La Réunion : L’État confirme la stabilité des dotations aux collectivités en 2026

Hôtel de ville de Saint-André à La Réunion ©WikiCommons

La Réunion : L’État confirme la stabilité des dotations aux collectivités en 2026

L’État maintiendra en 2026 son niveau de soutien financier aux collectivités locales de La Réunion à travers la dotation globale de fonctionnement (DGF), selon les perspectives de répartition présentées cette semaine et malgré la réduction annoncée des contrats PEC. Le Gouvernement souligne une stabilité de l’enveloppe nationale, fixée à 27,4 milliards d’euros, tout en poursuivant les mécanismes de solidarité en faveur des territoires les plus fragiles.

La DGF constitue la principale dotation versée par l’État aux communes, intercommunalités et départements. Son montant varie selon plusieurs critères, notamment la population, les ressources fiscales ou encore les charges supportées par les collectivités.

Après une hausse nationale de 790 millions d’euros entre 2023 et 2025 pour accompagner les collectivités dans un contexte économique tendu, l’exécutif annonce désormais une stabilisation de l’enveloppe globale. Toutefois, les montants attribués à chaque commune continuent d’évoluer en fonction des réalités démographiques et sociales locales.

À La Réunion, l’effort de péréquation demeure supérieur à la moyenne nationale. Selon les chiffres communiqués, l’État consacre en moyenne 259,86 euros par habitant aux communes réunionnaises, contre 174,76 euros au niveau national. Cette différence s’explique notamment par les charges spécifiques des territoires ultramarins et par la progression de la dotation d’aménagement des communes d’outre-mer (DACOM), en hausse de 5,1 % en 2026.

Les données publiées montrent une augmentation moyenne d’environ 4,9 % des dotations communales sur l’île. Plusieurs communes enregistrent des progressions supérieures à cette moyenne. C’est notamment le cas de Sainte-Marie (+9,5 %), Saint-Benoît (+8,8 %), Saint-André (+7,5 %) ou encore Sainte-Suzanne (+7,4 %).

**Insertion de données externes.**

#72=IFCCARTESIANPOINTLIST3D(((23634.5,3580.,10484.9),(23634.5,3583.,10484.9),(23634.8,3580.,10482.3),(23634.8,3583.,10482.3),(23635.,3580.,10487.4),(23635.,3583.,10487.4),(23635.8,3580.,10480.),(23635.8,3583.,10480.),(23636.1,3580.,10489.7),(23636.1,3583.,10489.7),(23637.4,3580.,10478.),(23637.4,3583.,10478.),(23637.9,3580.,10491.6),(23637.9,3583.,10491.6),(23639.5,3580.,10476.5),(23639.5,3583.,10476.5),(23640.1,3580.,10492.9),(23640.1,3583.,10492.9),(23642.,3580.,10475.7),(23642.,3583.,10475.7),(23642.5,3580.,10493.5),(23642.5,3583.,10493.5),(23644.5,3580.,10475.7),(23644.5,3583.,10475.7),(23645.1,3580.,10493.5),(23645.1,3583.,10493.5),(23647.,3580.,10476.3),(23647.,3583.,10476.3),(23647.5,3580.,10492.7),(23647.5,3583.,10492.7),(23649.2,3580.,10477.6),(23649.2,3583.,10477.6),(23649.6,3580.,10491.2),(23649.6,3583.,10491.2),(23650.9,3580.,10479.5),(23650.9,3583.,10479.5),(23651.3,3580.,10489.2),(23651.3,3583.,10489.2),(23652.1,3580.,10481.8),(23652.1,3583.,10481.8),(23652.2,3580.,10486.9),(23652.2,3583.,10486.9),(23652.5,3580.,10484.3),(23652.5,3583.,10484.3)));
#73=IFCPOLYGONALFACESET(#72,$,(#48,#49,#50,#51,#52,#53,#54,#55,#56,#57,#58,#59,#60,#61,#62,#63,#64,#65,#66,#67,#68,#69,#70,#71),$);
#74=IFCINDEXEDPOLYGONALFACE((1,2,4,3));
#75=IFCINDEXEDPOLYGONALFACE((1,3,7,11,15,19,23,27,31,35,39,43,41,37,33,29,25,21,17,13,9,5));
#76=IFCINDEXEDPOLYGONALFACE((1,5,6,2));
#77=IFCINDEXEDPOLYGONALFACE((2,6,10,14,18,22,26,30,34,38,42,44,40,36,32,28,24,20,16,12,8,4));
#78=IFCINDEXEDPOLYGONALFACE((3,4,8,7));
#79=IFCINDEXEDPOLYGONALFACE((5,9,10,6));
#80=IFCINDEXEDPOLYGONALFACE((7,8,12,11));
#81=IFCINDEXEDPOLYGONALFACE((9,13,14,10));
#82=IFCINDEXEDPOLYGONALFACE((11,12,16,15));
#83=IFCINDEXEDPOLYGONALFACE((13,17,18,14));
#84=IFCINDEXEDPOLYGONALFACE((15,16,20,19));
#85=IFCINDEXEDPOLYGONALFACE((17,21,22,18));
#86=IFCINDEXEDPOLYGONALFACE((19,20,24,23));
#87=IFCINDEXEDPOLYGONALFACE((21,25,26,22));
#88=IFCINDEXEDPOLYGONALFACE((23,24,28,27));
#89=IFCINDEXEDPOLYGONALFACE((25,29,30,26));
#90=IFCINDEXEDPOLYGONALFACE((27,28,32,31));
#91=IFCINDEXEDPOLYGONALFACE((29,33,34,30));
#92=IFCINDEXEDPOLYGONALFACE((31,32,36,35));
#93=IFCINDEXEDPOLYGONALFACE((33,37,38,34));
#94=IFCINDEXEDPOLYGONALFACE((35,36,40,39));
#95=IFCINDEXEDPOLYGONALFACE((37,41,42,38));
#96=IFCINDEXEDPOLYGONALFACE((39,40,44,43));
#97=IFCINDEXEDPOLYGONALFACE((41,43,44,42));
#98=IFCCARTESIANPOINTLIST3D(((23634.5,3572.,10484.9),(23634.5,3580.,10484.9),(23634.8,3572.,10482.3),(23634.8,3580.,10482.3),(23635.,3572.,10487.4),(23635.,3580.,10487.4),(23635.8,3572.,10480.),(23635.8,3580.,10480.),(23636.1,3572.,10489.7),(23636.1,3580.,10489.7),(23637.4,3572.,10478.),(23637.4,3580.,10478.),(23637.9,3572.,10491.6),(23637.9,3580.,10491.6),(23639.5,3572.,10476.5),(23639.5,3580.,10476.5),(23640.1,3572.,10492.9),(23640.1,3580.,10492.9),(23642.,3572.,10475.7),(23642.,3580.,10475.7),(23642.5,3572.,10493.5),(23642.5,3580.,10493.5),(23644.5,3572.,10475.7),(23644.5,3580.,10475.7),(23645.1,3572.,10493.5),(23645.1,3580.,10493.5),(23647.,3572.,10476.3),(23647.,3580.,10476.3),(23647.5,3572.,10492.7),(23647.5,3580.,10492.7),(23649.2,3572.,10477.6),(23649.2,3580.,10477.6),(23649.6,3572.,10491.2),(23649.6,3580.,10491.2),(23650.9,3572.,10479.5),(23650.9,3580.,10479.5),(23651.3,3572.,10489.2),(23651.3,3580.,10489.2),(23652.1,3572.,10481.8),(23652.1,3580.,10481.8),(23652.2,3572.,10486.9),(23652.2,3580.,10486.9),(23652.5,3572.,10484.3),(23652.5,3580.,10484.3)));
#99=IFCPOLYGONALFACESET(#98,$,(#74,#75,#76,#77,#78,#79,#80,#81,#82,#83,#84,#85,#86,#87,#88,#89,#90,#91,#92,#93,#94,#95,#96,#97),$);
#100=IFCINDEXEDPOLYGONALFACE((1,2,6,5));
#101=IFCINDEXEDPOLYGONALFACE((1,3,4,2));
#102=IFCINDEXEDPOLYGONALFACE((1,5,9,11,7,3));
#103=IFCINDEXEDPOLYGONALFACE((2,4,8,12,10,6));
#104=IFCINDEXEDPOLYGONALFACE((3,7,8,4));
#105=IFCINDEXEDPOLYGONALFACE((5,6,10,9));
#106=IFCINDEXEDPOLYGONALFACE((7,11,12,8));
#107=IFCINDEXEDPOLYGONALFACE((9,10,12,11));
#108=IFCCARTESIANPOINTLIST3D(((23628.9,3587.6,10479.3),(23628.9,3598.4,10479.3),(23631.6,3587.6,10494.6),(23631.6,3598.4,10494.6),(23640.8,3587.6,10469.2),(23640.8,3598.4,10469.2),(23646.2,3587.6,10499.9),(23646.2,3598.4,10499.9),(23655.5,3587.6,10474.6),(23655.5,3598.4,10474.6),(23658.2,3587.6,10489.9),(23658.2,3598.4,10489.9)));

En valeur absolue, Saint-Denis demeure la commune percevant la dotation la plus élevée, avec plus de 48,1 millions d’euros en 2026, soit une hausse de 2,07 millions d’euros par rapport à l’année précédente. Saint-Paul (+1,38 million d’euros), Saint-Pierre (+1,09 million) et Saint-André (+1,05 million) figurent également parmi les principales progressions. À l’inverse, la commune de Cilaos est la seule à enregistrer une baisse de sa dotation, avec un recul de 1,1 %, soit une diminution d’environ 13.700 euros par rapport à 2025.

Selon le communiqué, cette répartition vise à maintenir des ressources stables pour les collectivités tout en tenant compte des évolutions de population et des besoins spécifiques des territoires.